I believe you are wrong on this one. The description of
Text interface in DOM Level 2 Core seems rather
uncompromising:
When a document is first made available via the DOM,
there is only one Text node for each block of text. Users
may create adjacent Text nodes that represent the
contents of a given element without any intervening
markup, but should be aware that there is no way to
represent the separations between these nodes in XML or
HTML, so they will not (in general) persist between DOM
editing sessions. The normalize() method on Node merges
any such adjacent Text objects into a single node for
each block of text.
If a DOM was required to be pre-normalised then there
would be little point in defining a - normalise - method
on the Node interface, but that does not mean they will
never be pre-normalized.
The description given above also explains why normalize()
might be useful. The remarks provided for normalize()
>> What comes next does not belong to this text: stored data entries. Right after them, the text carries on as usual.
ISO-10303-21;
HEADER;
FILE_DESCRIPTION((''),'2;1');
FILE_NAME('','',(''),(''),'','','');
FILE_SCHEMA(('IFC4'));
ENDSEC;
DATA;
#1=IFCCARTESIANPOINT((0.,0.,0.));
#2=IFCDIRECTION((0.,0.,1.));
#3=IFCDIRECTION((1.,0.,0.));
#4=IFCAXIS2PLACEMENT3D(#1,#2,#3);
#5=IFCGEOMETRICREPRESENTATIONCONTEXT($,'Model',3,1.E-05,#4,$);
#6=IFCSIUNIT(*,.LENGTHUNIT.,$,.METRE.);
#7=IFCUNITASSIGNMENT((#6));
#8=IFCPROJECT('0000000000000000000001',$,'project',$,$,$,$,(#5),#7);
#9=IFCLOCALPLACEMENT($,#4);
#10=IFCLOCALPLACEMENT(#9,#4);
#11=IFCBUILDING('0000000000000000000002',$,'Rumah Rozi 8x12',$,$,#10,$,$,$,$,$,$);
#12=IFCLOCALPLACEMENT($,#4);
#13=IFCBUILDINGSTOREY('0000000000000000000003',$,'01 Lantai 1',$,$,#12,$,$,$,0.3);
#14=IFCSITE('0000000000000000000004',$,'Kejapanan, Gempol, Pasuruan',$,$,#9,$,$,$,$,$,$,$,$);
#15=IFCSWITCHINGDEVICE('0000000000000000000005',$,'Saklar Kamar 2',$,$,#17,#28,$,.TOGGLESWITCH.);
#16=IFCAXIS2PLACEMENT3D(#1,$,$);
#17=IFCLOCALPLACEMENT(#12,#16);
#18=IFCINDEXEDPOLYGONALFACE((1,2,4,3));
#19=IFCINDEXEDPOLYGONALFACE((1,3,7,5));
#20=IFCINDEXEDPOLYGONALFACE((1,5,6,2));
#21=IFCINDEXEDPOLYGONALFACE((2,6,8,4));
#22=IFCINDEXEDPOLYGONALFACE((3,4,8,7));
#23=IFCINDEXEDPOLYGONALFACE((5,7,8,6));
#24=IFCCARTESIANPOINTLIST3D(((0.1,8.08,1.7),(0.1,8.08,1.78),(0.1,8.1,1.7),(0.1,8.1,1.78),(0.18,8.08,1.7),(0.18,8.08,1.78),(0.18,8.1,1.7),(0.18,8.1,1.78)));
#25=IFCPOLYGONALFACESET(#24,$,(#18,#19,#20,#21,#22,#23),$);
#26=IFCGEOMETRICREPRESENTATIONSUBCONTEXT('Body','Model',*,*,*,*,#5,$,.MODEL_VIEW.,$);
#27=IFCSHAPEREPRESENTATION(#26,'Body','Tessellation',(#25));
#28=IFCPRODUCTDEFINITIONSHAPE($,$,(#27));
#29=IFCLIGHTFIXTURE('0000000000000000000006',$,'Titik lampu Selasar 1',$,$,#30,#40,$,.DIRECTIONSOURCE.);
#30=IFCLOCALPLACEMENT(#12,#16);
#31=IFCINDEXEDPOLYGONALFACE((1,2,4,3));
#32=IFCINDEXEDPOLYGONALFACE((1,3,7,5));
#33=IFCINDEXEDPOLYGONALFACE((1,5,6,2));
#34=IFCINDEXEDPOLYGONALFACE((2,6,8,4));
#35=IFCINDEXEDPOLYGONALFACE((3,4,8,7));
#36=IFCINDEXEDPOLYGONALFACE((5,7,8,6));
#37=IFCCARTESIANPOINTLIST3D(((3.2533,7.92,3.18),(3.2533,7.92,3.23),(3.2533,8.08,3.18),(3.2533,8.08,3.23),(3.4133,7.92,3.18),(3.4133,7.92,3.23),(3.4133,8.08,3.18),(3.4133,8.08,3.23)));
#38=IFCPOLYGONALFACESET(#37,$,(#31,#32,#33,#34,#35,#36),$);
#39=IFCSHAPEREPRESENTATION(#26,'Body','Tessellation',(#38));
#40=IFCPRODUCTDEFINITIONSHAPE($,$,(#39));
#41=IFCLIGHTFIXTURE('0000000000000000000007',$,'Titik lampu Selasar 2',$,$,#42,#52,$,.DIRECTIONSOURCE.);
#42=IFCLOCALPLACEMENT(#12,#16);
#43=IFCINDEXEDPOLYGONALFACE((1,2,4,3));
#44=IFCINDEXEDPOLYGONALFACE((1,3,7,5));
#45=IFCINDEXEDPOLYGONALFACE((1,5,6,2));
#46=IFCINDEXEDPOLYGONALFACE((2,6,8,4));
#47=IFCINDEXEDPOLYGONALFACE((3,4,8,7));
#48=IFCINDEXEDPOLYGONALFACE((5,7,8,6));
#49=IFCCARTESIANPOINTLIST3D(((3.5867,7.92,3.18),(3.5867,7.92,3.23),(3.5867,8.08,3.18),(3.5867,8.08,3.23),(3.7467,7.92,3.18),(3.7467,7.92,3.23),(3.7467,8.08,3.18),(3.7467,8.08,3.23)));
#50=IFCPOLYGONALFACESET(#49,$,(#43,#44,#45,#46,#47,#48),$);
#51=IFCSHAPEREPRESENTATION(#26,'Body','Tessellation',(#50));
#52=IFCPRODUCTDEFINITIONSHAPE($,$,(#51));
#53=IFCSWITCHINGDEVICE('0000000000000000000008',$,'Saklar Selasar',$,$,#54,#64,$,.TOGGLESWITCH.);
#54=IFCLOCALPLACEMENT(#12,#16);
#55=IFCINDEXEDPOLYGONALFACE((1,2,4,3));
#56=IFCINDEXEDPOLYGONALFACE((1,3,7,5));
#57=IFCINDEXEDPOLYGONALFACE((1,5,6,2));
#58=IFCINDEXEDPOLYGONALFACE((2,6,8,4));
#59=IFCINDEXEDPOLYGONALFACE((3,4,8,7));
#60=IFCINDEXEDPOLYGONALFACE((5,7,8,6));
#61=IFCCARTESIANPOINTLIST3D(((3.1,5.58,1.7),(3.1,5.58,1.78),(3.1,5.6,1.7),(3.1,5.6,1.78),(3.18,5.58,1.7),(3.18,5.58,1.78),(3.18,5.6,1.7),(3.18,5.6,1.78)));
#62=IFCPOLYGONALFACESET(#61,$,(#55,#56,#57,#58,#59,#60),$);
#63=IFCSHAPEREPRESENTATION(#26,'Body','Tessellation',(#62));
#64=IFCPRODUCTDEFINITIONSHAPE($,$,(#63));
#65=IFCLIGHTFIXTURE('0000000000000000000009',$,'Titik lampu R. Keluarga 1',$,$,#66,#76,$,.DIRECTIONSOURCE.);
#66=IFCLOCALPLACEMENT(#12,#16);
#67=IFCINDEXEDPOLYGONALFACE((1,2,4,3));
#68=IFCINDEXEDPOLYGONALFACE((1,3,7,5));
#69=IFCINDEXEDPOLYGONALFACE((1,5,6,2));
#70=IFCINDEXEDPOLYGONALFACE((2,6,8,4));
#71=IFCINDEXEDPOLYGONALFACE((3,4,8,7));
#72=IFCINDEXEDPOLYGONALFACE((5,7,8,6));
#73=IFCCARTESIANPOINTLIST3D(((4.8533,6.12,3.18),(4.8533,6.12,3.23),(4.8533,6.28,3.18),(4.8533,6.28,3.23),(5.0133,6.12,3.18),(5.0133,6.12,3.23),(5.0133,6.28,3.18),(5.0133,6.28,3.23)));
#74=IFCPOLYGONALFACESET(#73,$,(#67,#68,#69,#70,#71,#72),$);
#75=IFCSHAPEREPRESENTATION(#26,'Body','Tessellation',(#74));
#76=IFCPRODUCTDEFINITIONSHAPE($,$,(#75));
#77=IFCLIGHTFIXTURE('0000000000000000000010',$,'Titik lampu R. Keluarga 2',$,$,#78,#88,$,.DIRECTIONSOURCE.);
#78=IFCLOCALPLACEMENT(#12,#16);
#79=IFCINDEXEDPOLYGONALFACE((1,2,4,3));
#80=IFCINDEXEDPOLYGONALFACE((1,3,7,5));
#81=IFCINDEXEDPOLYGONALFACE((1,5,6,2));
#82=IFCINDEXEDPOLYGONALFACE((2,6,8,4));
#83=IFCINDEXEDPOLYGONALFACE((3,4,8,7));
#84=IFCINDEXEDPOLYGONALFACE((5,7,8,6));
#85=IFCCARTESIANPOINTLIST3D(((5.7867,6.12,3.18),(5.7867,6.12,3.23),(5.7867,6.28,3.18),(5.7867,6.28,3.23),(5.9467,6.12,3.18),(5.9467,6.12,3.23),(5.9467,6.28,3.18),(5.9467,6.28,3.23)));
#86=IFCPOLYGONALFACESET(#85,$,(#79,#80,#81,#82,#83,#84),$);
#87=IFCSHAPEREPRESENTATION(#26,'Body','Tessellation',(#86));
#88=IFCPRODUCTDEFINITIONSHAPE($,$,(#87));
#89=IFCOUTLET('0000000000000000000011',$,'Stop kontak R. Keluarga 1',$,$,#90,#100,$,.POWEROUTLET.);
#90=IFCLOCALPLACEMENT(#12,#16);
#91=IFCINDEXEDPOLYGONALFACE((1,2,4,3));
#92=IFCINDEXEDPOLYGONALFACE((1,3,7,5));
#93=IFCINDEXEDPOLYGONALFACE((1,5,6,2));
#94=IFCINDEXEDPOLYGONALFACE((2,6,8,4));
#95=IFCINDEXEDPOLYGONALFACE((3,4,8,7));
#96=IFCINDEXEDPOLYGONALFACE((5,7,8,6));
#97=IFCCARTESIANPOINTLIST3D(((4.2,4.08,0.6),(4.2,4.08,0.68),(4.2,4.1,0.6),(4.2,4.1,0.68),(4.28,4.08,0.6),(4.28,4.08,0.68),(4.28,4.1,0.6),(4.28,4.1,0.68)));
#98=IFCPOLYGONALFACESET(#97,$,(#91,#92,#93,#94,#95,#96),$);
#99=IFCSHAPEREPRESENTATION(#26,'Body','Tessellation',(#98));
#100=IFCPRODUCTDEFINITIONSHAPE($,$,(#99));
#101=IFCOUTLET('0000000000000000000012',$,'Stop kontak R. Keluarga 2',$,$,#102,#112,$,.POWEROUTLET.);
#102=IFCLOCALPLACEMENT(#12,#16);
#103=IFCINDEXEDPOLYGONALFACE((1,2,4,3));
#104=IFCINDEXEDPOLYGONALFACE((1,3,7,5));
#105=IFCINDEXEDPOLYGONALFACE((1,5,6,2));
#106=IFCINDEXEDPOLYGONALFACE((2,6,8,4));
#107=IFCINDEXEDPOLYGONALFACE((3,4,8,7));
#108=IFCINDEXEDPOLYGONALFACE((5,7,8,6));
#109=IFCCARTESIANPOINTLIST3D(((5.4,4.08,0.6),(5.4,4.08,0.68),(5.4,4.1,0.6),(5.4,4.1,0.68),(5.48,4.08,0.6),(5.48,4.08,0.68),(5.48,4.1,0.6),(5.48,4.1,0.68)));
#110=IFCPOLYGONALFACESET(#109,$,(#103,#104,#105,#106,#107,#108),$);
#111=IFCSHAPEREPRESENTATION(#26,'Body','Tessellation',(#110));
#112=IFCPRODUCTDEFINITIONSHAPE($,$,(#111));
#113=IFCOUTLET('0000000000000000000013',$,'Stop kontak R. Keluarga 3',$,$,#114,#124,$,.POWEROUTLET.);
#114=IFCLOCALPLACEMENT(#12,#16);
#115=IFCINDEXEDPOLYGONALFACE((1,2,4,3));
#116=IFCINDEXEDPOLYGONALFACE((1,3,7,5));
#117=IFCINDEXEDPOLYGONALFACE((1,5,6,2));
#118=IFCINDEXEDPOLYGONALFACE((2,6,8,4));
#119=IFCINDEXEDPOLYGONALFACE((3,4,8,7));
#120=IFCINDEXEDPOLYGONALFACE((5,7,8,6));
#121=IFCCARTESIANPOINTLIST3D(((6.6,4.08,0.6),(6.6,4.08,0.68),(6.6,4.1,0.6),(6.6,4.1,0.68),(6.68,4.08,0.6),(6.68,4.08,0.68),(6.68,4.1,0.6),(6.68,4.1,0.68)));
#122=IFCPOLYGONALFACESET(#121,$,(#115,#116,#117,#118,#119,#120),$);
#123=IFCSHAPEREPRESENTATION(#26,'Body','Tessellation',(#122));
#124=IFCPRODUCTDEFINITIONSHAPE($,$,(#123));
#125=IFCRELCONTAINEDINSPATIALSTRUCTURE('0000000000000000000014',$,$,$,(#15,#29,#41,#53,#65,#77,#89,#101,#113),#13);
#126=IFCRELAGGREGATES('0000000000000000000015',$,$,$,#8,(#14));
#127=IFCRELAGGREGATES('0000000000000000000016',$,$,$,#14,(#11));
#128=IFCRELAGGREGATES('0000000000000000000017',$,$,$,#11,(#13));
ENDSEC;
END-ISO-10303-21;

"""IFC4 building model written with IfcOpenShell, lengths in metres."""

from ifc_helpers import new_model, si_unit, frame, origin_with_axes, place, context, subcontext, project, spatial, line, indexed_curve, outline, extrude, element, save


model = new_model("IFC4")

# Units and contexts
model_context = context("Model", 3, precision=1e-05, world=origin_with_axes())
body_context = subcontext(model_context, "Body", "Model", "MODEL_VIEW")
ifc_project = project(units=[si_unit("LENGTHUNIT", "METRE")], contexts=[model_context])

# Site, building, storey
site_placement = place(None, origin_with_axes())
site = spatial("IfcSite", under=ifc_project, at=site_placement, Name="Kejapanan, Gempol, Pasuruan")
building_placement = place(site_placement, origin_with_axes())
building = spatial("IfcBuilding", under=site, at=building_placement, Name="Rumah Rozi 8x12")
storey_placement = place(None, origin_with_axes())
storey = spatial("IfcBuildingStorey", under=building, at=storey_placement, Name="01 Lantai 1", Elevation=0.3)

# Switching device
switching_device_1_placement = place(storey_placement, origin_with_axes())
element("IfcSwitchingDevice", 1, at=switching_device_1_placement, inside=storey, Name="Saklar Kamar 2", PredefinedType="TOGGLESWITCH", context=body_context, shape_type="SweptSolid", body=[
    extrude(outline(indexed_curve([(0.1, 8.08), (0.18, 8.08), (0.18, 8.1), (0.1, 8.1)], segments=[line(1, 2, 3, 4, 1)])), frame((0.0, 0.0, 1.7), z_axis=(0.0, 0.0, 1.0), x_axis=(1.0, 0.0, 0.0)), (0.0, 0.0, 1.0), 0.08),
])

# Light fixtures
light_fixture_1_placement = place(storey_placement, origin_with_axes())
element("IfcLightFixture", 2, at=light_fixture_1_placement, inside=storey, Name="Titik lampu Selasar 1", PredefinedType="DIRECTIONSOURCE", context=body_context, shape_type="SweptSolid", body=[
    extrude(outline(indexed_curve([(3.2533, 7.92), (3.4133, 7.92), (3.4133, 8.08), (3.2533, 8.08)], segments=[line(1, 2, 3, 4, 1)])), frame((0.0, 0.0, 3.18), z_axis=(0.0, 0.0, 1.0), x_axis=(1.0, 0.0, 0.0)), (0.0, 0.0, 1.0), 0.05),
])
light_fixture_2_placement = place(storey_placement, origin_with_axes())
element("IfcLightFixture", 3, at=light_fixture_2_placement, inside=storey, Name="Titik lampu Selasar 2", PredefinedType="DIRECTIONSOURCE", context=body_context, shape_type="SweptSolid", body=[
    extrude(outline(indexed_curve([(3.5867, 7.92), (3.7467, 7.92), (3.7467, 8.08), (3.5867, 8.08)], segments=[line(1, 2, 3, 4, 1)])), frame((0.0, 0.0, 3.18), z_axis=(0.0, 0.0, 1.0), x_axis=(1.0, 0.0, 0.0)), (0.0, 0.0, 1.0), 0.05),
])

# Switching device
switching_device_2_placement = place(storey_placement, origin_with_axes())
element("IfcSwitchingDevice", 4, at=switching_device_2_placement, inside=storey, Name="Saklar Selasar", PredefinedType="TOGGLESWITCH", context=body_context, shape_type="SweptSolid", body=[
    extrude(outline(indexed_curve([(3.1, 5.58), (3.18, 5.58), (3.18, 5.6), (3.1, 5.6)], segments=[line(1, 2, 3, 4, 1)])), frame((0.0, 0.0, 1.7), z_axis=(0.0, 0.0, 1.0), x_axis=(1.0, 0.0, 0.0)), (0.0, 0.0, 1.0), 0.08),
])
method itself give further explanations:
Puts all Text nodes in the full depth of the sub-tree
underneath this Node, including attribute nodes, into a
"normal" form where only structure (e.g., elements,
comments, processing instructions, CDATA sections, and
entity references) separates Text nodes, i.e., there are
neither adjacent Text nodes nor empty Text nodes. This
can be used to ensure that the DOM view of a document is
the same as if it were saved and re-loaded, and is useful
when operations (such as XPointer [XPointer] lookups)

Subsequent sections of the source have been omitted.